Using the records that follow, copy every line containing the word "IFCGEOMETRICREPRESENTATIONSUBCONTEXT".

Saved data entries
···

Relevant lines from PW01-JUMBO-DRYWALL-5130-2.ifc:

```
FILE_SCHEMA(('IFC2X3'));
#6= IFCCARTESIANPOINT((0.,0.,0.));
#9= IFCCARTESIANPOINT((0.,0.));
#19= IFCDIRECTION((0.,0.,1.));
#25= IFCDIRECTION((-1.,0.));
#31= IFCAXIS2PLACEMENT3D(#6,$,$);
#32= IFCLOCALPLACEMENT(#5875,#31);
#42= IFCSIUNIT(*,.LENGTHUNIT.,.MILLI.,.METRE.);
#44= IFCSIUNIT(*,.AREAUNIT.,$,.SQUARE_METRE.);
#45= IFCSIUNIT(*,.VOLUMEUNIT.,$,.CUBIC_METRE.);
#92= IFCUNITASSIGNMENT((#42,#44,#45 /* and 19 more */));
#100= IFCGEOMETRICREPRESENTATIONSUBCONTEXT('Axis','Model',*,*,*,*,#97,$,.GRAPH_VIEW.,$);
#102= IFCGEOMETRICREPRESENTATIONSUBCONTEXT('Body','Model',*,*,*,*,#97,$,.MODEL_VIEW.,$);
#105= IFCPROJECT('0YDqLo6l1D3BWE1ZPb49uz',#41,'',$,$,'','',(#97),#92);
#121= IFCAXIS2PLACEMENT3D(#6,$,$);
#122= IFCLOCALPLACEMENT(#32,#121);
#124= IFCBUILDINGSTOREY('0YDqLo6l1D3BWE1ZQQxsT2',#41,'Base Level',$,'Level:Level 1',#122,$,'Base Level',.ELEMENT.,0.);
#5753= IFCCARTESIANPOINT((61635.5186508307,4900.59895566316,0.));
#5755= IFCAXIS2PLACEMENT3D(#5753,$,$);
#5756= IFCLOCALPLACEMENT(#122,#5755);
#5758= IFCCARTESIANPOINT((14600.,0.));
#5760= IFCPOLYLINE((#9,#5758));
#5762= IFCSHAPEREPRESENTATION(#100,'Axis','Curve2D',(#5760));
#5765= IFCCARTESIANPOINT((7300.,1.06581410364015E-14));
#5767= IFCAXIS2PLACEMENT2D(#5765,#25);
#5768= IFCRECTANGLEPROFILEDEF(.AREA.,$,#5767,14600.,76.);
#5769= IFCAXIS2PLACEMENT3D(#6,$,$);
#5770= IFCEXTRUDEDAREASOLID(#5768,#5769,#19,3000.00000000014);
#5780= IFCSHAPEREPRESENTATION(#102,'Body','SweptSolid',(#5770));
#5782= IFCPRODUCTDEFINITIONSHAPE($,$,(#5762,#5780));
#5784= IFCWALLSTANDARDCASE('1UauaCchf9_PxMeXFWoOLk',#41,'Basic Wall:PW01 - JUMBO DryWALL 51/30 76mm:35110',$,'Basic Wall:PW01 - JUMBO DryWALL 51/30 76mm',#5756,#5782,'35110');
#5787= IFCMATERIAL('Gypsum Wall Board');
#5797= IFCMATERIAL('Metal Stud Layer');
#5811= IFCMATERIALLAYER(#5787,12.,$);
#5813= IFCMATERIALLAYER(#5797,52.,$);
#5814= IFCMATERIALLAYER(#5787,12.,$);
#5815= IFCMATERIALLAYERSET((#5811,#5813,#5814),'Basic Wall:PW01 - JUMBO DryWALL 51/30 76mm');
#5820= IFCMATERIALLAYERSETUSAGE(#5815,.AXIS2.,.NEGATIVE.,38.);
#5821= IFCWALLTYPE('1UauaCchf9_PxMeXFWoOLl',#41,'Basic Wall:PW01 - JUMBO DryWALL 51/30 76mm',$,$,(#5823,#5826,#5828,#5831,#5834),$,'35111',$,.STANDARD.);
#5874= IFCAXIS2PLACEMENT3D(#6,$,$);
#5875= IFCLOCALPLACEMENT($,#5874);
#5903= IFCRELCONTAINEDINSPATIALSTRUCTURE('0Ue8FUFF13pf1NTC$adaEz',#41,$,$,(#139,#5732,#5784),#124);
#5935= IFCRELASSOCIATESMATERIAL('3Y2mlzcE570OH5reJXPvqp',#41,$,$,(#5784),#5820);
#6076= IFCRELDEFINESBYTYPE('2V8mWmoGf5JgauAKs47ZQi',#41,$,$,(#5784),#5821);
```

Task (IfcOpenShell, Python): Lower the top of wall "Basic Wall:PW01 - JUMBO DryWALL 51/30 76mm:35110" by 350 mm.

```python
import ifcopenshell
import ifcopenshell.geom
import ifcopenshell.util.representation
import ifcopenshell.util.shape

model = ifcopenshell.open("PW01-JUMBO-DRYWALL-5130-2.ifc")
settings = ifcopenshell.geom.settings()


def volume(element):
    """Net volume in cubic metres, openings subtracted."""
    shape = ifcopenshell.geom.create_shape(settings, element)
    return ifcopenshell.util.shape.get_volume(shape.geometry)


wall = model.by_id(5784)
before = volume(wall)

body = ifcopenshell.util.representation.get_representation(wall, "Model", "Body")
solid = body.Items[0]
old_height = solid.Depth
solid.Depth -= 350.0
after = volume(wall)

print(f"height {old_height:g} -> {solid.Depth:g}, volume {before:.3f} -> {after:.3f} m3")

model.write("PW01-JUMBO-DRYWALL-5130-2_rev.ifc")
```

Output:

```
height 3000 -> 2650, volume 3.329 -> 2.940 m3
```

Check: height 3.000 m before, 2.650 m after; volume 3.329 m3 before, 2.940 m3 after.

···

ANSWER SECTION:
#100= IFCGEOMETRICREPRESENTATIONSUBCONTEXT('Axis','Model',*,*,*,*,#97,$,.GRAPH_VIEW.,$);
#102= IFCGEOMETRICREPRESENTATIONSUBCONTEXT('Body','Model',*,*,*,*,#97,$,.MODEL_VIEW.,$);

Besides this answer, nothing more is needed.